Despite the title of the Aetna policy, "Workmen's Compensation and Employers' Liability Policy — Voluntary Compensation Endorsement," (italics ours) the rights of an injured employee under it are not as fully protected as the rights of an injured workman are under the State of Washington workmen's compensation law.

*404 [5] The plaintiffs' assignments of error directed to the trial court's findings of fact are not well taken. Those findings which are properly findings of fact and not conclusions of law are supported by substantial evidence in the record and, therefore, stand as verities on appeal. Stringfellow v. Stringfellow, 56 Wash. 2d 957, 959, 350 P.2d 1003, 353 P.2d 671 (1960); Charles Pankow, Inc. v. Holman Properties, Inc., 13 Wash. App. 537, 542, 536 P.2d 28 (1975).

Affirmed.

SWANSON and RINGOLD, JJ., concur.

NOTES

[1] Under the provisions of the agreement and covenant not to sue entered into between the plaintiffs as claimants and Aetna as the insurer on January 27, 1970, the parties mutually agreed:

1. The Insurer will pay to the Claimant an amount equal to that sum which the Claimant would receive had [there been] a valid and enforceable claim for Workmen's Compensation benefits on account of the aforesaid occurrence under the Workmen's Compensation Law of the State of Washington. It is understood and agreed that no payment will be made to the claimant for any period of disability during which his employer at the time of the aforesaid occurrence pays full wages to the claimant.

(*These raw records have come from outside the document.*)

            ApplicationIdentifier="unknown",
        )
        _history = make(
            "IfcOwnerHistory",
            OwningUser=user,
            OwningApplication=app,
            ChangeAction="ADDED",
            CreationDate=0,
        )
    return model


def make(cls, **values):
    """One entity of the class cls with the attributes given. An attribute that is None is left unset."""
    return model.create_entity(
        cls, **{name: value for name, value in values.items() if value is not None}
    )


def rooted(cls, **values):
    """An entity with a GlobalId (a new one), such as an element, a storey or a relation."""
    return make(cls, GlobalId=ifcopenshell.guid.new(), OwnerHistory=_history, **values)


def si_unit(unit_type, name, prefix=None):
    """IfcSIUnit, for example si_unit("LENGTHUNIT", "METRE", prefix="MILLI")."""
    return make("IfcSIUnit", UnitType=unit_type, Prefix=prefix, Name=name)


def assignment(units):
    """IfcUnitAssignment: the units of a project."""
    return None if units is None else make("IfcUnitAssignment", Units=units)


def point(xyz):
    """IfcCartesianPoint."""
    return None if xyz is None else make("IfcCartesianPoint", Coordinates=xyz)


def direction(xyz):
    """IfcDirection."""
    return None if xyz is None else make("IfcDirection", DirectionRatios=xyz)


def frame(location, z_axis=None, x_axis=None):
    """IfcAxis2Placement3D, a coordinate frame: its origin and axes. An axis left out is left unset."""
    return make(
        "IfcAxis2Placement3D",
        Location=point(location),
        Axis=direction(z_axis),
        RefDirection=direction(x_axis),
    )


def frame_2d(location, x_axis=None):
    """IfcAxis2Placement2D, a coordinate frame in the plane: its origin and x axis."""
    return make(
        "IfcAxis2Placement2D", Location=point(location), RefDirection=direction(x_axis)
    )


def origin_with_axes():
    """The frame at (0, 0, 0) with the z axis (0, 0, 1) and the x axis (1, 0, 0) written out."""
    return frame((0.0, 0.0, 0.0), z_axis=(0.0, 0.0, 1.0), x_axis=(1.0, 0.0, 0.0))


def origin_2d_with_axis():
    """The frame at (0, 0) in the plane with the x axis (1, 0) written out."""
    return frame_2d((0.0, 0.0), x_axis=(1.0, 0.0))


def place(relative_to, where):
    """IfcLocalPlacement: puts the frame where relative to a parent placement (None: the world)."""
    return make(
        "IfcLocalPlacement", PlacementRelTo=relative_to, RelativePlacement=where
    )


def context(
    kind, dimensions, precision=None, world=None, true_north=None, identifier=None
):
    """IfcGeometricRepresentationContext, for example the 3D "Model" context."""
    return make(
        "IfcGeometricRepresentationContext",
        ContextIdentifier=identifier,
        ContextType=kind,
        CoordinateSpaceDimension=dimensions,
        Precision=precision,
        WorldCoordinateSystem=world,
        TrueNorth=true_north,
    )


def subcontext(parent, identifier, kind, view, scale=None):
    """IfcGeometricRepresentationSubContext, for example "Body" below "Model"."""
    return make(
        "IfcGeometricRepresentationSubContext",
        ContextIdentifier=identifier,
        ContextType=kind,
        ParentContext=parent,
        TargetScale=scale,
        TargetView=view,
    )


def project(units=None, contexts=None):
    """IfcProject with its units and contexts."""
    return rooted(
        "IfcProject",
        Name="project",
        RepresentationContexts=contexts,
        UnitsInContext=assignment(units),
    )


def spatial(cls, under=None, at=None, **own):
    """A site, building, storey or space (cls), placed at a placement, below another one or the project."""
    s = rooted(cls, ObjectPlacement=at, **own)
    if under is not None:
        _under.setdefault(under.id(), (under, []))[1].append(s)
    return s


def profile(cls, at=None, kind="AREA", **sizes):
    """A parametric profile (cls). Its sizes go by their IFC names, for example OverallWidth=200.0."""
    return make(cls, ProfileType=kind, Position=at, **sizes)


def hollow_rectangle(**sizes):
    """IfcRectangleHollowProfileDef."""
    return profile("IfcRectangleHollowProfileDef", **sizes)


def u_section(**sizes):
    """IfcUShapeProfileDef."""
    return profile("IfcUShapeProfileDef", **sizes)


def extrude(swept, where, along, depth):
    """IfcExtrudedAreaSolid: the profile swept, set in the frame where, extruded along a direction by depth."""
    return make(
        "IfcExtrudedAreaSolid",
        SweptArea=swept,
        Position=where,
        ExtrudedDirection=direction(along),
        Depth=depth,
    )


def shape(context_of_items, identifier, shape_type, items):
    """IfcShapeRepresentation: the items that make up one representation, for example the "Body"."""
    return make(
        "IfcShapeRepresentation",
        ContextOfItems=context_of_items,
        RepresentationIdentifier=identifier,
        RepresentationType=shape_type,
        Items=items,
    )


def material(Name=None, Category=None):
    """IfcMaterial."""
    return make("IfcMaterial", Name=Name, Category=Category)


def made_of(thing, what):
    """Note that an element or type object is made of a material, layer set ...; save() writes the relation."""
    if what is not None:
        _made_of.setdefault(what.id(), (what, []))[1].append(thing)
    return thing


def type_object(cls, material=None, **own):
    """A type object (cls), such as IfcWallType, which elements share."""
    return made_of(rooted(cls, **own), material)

2. The Insurer will also pay or provide such further benefits as the Employer would be required to pay or provide had the Claimant a valid and enforceable claim for workmen's compensation benefits on account of the aforesaid occurrence under the Workmen's Compensation Law of the State of Washington.

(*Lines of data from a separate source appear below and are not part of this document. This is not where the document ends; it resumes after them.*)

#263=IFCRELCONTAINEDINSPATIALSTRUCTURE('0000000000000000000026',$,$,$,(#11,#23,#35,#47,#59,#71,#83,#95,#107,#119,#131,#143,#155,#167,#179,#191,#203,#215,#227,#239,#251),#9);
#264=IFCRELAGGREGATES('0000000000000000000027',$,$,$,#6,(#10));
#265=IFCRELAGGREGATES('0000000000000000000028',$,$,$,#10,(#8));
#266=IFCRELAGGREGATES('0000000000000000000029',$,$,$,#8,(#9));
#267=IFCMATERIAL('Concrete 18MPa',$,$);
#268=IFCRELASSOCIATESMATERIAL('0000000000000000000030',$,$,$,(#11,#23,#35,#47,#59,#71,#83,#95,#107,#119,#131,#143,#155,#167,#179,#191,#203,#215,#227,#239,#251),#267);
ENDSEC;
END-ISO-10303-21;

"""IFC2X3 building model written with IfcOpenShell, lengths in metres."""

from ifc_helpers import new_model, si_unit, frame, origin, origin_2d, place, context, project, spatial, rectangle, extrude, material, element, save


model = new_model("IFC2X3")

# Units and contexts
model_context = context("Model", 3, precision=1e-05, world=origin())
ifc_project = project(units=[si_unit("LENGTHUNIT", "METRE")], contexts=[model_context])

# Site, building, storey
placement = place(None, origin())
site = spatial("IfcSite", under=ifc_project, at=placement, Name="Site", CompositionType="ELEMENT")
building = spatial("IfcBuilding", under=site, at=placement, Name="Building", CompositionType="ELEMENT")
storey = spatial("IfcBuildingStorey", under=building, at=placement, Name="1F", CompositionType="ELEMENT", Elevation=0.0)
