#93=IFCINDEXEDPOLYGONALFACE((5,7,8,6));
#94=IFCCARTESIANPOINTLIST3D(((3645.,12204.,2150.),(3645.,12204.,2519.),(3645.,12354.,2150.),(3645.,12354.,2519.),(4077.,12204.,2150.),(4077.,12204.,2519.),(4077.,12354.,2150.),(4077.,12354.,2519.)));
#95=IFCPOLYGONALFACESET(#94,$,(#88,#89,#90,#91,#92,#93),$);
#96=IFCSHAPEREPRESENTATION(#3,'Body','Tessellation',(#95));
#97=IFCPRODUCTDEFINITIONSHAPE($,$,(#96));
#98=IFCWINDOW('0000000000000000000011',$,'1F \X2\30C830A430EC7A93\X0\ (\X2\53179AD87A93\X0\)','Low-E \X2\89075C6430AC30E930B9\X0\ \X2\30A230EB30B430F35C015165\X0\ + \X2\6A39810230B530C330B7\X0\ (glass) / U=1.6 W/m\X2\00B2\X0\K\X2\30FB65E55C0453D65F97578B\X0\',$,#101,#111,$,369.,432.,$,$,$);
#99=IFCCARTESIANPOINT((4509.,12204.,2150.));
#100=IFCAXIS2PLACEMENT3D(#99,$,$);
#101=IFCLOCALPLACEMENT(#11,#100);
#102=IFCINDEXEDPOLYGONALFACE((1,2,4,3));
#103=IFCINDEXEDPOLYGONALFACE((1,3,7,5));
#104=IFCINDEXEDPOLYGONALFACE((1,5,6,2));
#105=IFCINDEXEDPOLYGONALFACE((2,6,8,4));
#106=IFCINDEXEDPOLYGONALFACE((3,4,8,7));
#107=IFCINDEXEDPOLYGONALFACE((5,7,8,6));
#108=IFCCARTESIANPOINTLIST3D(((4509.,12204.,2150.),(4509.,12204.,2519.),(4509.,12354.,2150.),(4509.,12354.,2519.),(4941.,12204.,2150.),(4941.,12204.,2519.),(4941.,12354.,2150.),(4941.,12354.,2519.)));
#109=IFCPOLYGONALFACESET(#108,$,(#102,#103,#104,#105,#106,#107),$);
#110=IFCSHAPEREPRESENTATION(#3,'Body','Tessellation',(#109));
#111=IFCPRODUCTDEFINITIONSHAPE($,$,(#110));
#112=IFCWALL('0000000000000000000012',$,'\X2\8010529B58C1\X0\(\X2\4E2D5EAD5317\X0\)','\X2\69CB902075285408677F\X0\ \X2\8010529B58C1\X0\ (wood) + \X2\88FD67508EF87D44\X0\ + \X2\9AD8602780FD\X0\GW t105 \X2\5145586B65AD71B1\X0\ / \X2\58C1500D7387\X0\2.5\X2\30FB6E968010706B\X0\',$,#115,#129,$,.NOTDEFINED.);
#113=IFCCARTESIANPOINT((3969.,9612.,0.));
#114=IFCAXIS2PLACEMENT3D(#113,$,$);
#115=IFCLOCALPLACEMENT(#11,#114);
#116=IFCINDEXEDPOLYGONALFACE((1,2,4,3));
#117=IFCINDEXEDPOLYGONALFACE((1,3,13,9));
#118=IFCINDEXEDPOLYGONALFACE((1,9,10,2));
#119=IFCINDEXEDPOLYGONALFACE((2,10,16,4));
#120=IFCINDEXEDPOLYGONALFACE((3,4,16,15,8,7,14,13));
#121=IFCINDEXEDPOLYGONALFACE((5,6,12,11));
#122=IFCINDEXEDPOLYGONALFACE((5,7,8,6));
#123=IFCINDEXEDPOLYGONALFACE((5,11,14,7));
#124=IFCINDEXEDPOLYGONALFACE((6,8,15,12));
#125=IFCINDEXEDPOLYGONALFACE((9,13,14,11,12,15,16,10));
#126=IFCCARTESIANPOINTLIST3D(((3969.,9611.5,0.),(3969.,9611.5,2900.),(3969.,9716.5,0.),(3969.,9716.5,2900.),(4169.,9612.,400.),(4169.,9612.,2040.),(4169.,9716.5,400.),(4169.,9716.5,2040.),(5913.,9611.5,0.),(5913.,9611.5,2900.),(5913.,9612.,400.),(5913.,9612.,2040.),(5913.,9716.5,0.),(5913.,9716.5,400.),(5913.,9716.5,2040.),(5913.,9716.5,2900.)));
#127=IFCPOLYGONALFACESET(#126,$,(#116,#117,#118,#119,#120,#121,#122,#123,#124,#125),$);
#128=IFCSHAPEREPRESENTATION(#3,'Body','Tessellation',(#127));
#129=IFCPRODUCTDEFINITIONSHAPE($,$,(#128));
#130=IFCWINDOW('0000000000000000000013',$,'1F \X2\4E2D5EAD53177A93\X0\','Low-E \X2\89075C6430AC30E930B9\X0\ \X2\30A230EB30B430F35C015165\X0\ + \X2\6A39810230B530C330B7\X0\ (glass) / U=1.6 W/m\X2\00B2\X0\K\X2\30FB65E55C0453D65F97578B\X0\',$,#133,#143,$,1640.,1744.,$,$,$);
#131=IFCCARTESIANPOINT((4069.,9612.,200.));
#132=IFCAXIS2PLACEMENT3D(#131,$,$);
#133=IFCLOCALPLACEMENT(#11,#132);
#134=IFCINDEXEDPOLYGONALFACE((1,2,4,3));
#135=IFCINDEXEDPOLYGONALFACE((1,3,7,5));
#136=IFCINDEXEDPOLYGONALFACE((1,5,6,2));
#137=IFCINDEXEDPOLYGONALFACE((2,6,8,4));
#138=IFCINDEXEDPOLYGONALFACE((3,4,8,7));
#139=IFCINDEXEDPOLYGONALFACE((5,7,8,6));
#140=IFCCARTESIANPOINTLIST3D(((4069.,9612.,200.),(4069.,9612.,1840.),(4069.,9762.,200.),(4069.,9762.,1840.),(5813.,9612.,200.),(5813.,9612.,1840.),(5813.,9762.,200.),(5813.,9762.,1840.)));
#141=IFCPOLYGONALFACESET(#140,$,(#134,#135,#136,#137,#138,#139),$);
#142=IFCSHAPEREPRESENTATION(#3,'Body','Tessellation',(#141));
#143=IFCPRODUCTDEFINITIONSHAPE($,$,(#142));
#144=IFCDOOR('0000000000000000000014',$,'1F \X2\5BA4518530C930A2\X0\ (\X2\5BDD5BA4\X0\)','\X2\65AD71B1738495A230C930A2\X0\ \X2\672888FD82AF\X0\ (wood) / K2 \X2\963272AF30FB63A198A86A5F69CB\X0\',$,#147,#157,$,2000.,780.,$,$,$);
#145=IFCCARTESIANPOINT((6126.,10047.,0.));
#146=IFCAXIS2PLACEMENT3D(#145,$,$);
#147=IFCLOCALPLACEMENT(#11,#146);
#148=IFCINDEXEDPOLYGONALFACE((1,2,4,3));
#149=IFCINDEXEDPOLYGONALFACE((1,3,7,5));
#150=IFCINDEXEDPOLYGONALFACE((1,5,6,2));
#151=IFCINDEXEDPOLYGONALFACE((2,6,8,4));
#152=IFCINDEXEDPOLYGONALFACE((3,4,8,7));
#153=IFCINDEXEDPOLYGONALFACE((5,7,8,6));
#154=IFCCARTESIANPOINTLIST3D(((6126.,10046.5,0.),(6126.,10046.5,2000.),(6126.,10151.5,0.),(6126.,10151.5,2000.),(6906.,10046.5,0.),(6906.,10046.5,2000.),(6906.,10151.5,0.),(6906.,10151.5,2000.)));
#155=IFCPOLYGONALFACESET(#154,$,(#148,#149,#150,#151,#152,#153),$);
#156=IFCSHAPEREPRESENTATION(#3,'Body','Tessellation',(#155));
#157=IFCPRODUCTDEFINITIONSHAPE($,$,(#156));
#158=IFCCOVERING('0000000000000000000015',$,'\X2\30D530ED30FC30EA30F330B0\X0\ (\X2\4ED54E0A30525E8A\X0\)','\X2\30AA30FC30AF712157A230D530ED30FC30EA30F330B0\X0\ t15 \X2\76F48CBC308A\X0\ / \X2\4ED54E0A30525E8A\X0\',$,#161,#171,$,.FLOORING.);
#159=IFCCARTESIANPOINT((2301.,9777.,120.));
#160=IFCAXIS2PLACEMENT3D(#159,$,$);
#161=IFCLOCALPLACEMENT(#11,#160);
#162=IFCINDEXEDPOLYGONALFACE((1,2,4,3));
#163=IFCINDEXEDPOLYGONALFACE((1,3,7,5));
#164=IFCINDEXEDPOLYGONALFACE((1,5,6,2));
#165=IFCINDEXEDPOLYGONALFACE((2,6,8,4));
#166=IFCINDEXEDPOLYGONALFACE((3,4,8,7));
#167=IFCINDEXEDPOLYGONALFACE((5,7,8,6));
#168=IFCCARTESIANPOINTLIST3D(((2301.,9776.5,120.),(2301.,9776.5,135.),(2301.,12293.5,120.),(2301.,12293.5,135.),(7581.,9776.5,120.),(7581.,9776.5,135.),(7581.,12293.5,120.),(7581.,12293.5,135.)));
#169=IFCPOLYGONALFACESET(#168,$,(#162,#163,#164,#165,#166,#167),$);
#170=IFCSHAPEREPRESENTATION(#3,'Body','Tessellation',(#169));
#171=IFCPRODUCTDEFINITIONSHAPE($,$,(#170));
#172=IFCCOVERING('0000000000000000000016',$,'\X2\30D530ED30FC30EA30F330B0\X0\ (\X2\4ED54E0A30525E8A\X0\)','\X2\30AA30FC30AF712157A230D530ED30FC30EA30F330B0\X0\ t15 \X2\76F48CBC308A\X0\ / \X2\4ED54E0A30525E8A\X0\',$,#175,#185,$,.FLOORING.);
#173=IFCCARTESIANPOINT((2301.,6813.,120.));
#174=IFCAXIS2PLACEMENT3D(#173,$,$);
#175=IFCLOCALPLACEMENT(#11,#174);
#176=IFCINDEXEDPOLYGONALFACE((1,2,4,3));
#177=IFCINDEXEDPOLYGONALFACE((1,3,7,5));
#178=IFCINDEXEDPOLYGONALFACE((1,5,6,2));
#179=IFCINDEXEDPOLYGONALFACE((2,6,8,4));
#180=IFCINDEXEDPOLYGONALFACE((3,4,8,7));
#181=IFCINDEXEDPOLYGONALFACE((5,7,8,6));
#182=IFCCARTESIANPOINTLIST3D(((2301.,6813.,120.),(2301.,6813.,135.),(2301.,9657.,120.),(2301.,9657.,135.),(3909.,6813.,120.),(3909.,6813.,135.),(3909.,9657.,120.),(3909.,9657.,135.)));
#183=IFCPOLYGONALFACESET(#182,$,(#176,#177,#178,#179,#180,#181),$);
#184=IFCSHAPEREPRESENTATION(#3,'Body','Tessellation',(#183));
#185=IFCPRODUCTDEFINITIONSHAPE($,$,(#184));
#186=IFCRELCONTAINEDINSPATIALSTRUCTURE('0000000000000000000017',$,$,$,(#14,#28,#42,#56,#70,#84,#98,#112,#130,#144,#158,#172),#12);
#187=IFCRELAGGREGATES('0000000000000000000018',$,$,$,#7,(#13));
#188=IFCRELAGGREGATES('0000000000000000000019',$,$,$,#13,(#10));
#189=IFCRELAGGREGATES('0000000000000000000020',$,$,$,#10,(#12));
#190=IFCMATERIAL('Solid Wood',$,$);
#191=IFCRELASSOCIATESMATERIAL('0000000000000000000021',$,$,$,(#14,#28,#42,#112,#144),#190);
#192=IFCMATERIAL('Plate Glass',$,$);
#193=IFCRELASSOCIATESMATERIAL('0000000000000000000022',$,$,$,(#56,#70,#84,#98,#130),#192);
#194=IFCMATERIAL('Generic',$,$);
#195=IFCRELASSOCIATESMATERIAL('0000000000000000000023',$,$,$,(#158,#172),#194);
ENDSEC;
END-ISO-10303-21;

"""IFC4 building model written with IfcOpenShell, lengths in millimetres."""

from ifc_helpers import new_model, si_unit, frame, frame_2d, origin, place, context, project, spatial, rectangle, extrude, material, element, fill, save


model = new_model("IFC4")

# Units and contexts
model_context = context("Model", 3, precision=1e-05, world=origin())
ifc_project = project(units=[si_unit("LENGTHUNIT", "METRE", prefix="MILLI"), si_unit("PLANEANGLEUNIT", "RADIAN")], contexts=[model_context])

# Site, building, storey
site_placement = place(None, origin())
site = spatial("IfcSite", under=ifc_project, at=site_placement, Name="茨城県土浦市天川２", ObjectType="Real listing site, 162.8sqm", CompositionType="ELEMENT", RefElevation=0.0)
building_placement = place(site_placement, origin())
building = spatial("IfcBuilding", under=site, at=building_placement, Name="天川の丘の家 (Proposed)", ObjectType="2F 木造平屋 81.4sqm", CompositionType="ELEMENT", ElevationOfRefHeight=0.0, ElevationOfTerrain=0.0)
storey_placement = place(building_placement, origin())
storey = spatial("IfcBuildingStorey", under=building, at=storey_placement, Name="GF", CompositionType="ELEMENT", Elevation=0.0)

3. In consideration of the foregoing undertakings of the Insured, the Claimant does hereby covenant, for herself, her heirs and assigns, never to sue the Employer or the Insurer, their successors and assigns, for damages for said injuries, and further agrees that the Employer and the Insurer may plead these presents as a bar to any such action against them or either of them, expressly reserving, however, and not hereby intending to discharge any claim or cause of action which he may have against any party other than the Employer and the Insurer by reason of the aforesaid occurrence.

[2] RCW 51.04.060 reads as follows:

"No evasion of benefits or burdens. No employer or workman shall exempt himself from the burden or waive the benefits of this title by any contract, agreement, rule or regulation, and any such contract, agreement, rule or regulation shall be pro tanto void.